Performance Evaluation¶

query	timing (s)
`Call(Name("len"))`	0.025985
`BinOp(op=Add() \\| Sub())`	0.030508
`Try(handlers=LEN(min=3, max=5))`	0.033486
`BinOp(left=Constant(), right=Constant())`	0.146516
`FunctionDef(f"run_%", returns = not None)`	0.0216
`ClassDef(body=[Assign(), *..., FunctionDef()])`	0.28737

Analysis¶

There are 2 major points that cost nearly %95 of the whole query operation. The first, and the obvious point is the actually running the query in the database. There are a couple points that Reizc an do to optimize this step, including trying to generate the best possible query while being in a linear motion (for supporting constructs like reference variables). The code generator (reiz.reizql.compiler) went through a couple major refactors for performance reasons (e.g #12). Also there is a simple/naive AST optimization pass on the IR (EdgeQL) itself.

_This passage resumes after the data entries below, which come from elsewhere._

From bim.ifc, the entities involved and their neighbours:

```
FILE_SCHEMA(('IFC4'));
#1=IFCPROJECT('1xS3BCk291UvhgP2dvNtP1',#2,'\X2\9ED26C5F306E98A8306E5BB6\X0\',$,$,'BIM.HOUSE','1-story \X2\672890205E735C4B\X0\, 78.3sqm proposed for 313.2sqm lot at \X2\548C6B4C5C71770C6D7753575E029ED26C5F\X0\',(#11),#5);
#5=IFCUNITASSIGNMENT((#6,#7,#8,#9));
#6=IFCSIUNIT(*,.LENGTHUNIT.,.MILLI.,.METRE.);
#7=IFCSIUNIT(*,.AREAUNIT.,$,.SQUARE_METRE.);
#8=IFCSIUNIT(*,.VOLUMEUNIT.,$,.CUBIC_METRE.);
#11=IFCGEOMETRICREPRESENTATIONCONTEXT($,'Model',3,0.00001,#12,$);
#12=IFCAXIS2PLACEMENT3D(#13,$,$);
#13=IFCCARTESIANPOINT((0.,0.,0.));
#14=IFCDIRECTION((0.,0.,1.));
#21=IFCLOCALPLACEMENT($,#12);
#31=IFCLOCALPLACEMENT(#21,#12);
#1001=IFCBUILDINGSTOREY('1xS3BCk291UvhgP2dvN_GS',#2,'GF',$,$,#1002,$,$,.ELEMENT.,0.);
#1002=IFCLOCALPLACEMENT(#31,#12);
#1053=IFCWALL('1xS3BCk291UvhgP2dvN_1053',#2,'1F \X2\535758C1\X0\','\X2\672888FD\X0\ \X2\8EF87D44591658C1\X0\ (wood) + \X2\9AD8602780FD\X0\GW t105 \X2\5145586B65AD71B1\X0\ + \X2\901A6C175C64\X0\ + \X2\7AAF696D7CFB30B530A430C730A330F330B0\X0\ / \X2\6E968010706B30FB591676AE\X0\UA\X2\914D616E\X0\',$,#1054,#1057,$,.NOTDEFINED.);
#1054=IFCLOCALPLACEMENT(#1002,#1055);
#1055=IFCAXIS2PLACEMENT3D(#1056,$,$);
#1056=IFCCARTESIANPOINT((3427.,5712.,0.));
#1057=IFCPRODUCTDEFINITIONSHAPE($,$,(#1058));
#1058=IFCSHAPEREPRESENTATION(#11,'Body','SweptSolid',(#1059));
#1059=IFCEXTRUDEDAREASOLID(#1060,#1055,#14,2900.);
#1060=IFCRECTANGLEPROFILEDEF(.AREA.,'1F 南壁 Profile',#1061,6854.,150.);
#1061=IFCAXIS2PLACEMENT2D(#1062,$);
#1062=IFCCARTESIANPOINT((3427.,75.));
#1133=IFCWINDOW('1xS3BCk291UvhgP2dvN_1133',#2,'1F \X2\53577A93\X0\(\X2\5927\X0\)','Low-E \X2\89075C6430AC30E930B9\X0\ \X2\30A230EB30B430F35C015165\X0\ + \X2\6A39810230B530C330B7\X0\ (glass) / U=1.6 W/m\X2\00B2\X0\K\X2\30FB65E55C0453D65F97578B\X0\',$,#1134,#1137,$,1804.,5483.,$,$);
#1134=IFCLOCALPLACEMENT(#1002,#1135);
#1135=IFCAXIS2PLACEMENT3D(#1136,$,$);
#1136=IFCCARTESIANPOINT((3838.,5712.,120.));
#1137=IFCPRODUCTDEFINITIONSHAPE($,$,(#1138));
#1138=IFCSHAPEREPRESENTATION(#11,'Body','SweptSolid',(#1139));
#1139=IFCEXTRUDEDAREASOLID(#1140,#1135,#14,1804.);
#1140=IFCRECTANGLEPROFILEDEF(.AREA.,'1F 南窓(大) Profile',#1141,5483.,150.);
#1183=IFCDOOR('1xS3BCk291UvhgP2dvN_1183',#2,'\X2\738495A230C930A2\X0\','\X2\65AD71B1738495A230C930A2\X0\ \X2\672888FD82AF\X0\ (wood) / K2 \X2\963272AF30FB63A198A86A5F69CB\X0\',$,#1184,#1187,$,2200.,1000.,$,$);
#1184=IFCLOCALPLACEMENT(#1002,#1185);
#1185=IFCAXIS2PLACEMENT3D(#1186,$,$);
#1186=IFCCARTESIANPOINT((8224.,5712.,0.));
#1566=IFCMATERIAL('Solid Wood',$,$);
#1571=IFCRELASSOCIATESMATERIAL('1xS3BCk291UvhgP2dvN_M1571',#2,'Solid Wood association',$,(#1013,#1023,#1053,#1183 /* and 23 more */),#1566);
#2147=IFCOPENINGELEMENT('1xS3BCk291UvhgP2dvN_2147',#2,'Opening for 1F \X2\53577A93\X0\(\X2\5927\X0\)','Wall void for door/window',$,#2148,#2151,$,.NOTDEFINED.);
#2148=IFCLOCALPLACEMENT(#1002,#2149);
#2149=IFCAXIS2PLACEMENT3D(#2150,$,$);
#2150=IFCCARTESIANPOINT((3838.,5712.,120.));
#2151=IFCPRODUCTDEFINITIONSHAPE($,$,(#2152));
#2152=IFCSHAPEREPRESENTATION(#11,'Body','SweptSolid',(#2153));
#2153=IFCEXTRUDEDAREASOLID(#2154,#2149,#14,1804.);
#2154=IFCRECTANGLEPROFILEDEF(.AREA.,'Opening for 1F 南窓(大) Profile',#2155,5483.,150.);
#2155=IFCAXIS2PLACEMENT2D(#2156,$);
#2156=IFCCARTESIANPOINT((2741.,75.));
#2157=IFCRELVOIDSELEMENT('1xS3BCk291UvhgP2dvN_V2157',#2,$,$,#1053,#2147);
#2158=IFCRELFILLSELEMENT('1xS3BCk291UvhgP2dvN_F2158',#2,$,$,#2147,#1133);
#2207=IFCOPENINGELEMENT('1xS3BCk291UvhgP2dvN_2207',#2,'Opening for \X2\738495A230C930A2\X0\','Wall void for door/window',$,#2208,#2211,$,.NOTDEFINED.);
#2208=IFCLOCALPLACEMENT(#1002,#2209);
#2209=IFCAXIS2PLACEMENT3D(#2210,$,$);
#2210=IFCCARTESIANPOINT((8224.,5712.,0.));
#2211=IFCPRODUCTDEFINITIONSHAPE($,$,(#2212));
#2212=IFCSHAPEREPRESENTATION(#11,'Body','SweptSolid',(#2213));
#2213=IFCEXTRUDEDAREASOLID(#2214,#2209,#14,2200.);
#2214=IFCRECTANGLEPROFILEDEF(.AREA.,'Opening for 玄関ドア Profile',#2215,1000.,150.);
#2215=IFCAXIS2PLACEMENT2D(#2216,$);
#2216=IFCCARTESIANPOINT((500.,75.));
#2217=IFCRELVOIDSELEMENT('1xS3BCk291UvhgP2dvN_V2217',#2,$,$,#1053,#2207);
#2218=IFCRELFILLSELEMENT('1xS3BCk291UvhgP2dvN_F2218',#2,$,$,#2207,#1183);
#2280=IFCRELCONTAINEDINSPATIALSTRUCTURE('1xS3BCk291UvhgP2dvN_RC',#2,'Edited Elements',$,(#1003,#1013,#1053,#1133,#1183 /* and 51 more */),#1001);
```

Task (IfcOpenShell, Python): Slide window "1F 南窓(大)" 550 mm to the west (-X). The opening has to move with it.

```python
import ifcopenshell
import ifcopenshell.api.geometry
import ifcopenshell.util.placement
import ifcopenshell.util.unit

model = ifcopenshell.open("bim.ifc")
unit_scale = ifcopenshell.util.unit.calculate_unit_scale(model)

window = model.by_guid("1xS3BCk291UvhgP2dvN_1133")
opening = window.FillsVoids[0].RelatingOpeningElement
wall = opening.VoidsElements[0].RelatingBuildingElement

wall_matrix = ifcopenshell.util.placement.get_local_placement(wall.ObjectPlacement)
shift = wall_matrix[:3, 0] * -0.55 / unit_scale
before = ifcopenshell.util.placement.get_local_placement(window.ObjectPlacement)[:3, 3].copy()

# The window is not placed relative to its opening, so move both.
for product in (opening, window):
    matrix = ifcopenshell.util.placement.get_local_placement(product.ObjectPlacement)
    matrix[:3, 3] += shift
    ifcopenshell.api.geometry.edit_object_placement(model, product=product, matrix=matrix, is_si=False)

after = ifcopenshell.util.placement.get_local_placement(window.ObjectPlacement)[:3, 3]
print("window moved by", (after - before).round(3) + 0.0)

model.write("bim_v2.ifc")
```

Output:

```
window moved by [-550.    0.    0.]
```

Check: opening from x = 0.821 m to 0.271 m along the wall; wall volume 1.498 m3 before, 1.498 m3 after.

The second part is the actually retrieving the code snippets from the disk itself. We already store a lot of metadata (like start/end positions, github project etc.) but the actual ‘source’ is still on the disk. So after retrieving the filenames from the query, we simply go and read those files and get the related segments. This is an area that is open to more optimizations (we could statically determine the byte-range and only fetch it, we could parallelize this for multiple matches [the default resultset come with 10 matches], …), though these won’t have the same effects as in getting a better speed in the DB.

Of course alongside these, there have been tons of ways to optimize postgresql itself for different workloads, though it is outside of the Reiz project.

Setup¶

Machine;


provider	digital ocean
service type	droplet (basic plan)
cpu	(shared) 2vCPU
ram	2GB
disk	regular SSD (not NVME)

IndexDB;


total files	53k
total AST nodes	17 521 894

Benchmark script is present at the source checkout (scripts/benchmark_doc.py).